NYCHA CEO Greg Russ on a Dec. 8 Zoom, flanked by a description of the Housing Authority's Blueprint for Change.

NYCHA CEO  gets razzed over Blueprint for Change

Residents, politicians and union workers responded angrily to the New York City Housing Authority’s controversial Blueprint for Change at a publicly Zoomed meeting on Dec. 8, arguing that the plan will disenfranchise many of the city’s vulnerable.

NYCHA hosted a public hearing to publicize the Blueprint, a plan to radically reconfigure the way 110,000 publicly-funded apartments classified as affordable housing, are managed. Although the hearing was originally arranged to consider NYCHA’s draft 2021 fiscal plan, the controversial Blueprint quickly stole the spotlight.

Roughly 35 members of the public spoke out at the event, the first online public hearing the Housing Authority has held since the COVID-19 pandemic started. Almost all panned NYCHA’s Blueprint. 

NYCHA CEO and Chair Gregory Russ said the authority will need $18 billion to stabilize its developments’ infrastructure across the city. Revamping community centers, landscapes and facades will cost an additional $7 billion, he added.

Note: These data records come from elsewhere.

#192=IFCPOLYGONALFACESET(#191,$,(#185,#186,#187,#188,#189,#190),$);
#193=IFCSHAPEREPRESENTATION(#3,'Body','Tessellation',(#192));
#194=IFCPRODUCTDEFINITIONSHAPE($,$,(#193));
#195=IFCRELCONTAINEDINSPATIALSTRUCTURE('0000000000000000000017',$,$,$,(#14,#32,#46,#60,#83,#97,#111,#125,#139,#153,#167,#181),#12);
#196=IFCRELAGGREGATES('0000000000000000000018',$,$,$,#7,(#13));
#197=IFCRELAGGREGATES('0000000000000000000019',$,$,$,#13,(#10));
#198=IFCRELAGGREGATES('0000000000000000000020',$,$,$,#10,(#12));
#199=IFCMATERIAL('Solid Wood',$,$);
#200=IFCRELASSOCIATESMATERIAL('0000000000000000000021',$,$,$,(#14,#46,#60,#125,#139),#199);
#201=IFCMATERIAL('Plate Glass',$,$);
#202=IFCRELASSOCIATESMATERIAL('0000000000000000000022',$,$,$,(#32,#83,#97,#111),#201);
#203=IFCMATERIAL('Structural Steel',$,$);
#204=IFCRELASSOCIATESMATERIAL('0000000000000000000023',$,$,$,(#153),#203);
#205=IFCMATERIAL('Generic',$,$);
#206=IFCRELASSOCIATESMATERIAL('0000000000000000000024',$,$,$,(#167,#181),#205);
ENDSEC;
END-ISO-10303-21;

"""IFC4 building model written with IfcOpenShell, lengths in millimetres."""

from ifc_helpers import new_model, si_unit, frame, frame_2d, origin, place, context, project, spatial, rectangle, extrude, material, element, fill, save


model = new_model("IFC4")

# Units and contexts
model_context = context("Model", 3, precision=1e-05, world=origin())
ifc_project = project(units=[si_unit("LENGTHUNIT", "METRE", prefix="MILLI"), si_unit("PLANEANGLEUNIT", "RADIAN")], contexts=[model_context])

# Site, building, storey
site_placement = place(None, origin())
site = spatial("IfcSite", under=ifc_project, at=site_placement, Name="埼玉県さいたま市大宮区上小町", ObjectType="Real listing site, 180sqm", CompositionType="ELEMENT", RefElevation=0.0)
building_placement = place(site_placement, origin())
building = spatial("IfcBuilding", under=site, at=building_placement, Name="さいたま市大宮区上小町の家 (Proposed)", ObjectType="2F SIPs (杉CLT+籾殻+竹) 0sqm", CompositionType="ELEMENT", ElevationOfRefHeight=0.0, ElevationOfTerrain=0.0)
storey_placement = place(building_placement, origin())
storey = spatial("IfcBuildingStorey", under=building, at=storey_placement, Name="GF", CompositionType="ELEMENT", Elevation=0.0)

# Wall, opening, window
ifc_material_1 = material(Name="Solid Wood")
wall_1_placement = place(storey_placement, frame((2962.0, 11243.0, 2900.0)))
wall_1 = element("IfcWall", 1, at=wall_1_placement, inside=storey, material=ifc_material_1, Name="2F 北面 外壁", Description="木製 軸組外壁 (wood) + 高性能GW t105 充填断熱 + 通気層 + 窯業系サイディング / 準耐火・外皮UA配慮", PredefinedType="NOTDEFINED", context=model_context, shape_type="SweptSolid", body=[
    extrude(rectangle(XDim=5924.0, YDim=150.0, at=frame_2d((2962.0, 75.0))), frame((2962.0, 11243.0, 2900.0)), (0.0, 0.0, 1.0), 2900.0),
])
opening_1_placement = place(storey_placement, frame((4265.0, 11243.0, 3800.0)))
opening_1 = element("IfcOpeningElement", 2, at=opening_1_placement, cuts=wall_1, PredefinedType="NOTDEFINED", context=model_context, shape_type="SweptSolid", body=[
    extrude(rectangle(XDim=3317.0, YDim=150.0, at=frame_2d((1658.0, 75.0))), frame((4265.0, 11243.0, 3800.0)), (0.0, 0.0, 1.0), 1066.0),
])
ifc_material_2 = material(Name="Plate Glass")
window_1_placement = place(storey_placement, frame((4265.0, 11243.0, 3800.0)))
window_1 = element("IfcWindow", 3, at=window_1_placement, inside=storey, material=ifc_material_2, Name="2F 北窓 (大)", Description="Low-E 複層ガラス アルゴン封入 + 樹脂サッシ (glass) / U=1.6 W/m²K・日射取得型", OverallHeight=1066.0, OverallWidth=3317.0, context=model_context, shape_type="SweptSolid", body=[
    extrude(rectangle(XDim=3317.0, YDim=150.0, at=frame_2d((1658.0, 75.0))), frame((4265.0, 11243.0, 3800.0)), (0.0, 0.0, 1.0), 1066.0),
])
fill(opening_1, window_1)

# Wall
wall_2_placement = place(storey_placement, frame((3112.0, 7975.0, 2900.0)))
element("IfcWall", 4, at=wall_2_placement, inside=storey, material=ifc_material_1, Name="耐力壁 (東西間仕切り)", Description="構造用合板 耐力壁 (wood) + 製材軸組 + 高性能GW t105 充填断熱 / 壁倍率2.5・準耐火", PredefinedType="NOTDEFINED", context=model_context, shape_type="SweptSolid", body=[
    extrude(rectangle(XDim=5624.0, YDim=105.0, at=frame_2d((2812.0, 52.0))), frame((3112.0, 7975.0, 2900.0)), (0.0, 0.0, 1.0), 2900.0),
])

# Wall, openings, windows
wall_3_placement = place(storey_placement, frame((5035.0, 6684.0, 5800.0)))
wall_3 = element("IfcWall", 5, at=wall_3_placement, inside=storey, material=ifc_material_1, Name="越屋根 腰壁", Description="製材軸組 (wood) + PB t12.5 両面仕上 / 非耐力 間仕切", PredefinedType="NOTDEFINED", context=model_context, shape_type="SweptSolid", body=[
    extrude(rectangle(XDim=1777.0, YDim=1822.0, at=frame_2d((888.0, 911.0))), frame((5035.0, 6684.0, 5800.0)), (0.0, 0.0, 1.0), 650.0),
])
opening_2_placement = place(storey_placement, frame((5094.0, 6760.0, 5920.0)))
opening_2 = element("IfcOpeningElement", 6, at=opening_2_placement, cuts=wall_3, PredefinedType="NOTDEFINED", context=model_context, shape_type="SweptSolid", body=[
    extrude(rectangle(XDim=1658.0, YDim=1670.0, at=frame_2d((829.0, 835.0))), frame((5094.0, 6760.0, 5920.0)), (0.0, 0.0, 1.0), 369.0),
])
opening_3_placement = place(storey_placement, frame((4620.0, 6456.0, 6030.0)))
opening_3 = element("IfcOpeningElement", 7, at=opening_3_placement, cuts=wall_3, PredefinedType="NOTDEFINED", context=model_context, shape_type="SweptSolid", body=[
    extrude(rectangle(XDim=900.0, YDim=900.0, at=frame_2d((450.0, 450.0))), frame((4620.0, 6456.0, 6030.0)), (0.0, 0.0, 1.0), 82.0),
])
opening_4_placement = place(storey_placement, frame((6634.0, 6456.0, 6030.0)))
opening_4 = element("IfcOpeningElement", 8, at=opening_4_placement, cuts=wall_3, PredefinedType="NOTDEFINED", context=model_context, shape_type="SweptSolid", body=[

But when the Blueprint for Change was brought up for discussion, along with the recognition that implementing it will call for the creation of a new public entity—the Public Housing Preservation Trust, to convert all of NYCHA’s Section 9 housing to Section 8–emotions boiled over. The Blueprint draft plan vows that “repairs and improvements would be made faster, and the properties would receive more funding.”

Section 8 is a voucher program, enabling New Yorkers looking for housing on the private market to receive a subsidy of about 40% from NYCHA.

The Housing Authority would still own its developments across the city, but the newly established Trust would hold long-term leases on the buildings, said Russ.

“There’s no private owner involved in this,” he said. “The Trust is a public entity and retains the property for the sole public purpose of investment, finance and repair.”

Despite those assurances, no member of the public who spoke out supported the Blueprint. 

While NYCHA’s Director of Resident Engagement Janelle Hudson said The Authority has held several virtual town halls to discuss the plan since it was announced in June, many of the Dec. 8 event’s attendees said they were were left out of preliminary discussions when the plan was being drawn up.

Some questioned why such a massive housing policy change is being considered during a once-in-a-century public health crisis.

“It is unfair to go forward with any plans during a pandemic, especially when the residents don’t have the devices, or the Wi-Fi or the hotspots to engage,” said public housing resident Karen Blondel.

Manhattan Borough President Gale Brewer agreed.

“Virtual town halls are not accessible to everybody,” said Brewer.

Josh Barnett, an architect in the Civil Service Technical Guild Local 375 who works with NYCHA, said that although some details of the Blueprint make sense, the Authority isn’t safeguarding civil servant positions or union workers.

“When I started at NYCHA, there was almost 16,000 employees,” he said. “We’re down to under 12,000 now, and it’s hard to see how the plan would reverse that.”

Citywide Council of Presidents Chair and Melrose’s Andrew Jackson Houses tenant president Daniel Barber said his group has opposed the Blueprint for Change from the instant it was first announced earlier this year.

“We will not be bullied, and we will not be pushed and forced to go with what the Housing Authority wants us to go with,” said Barber.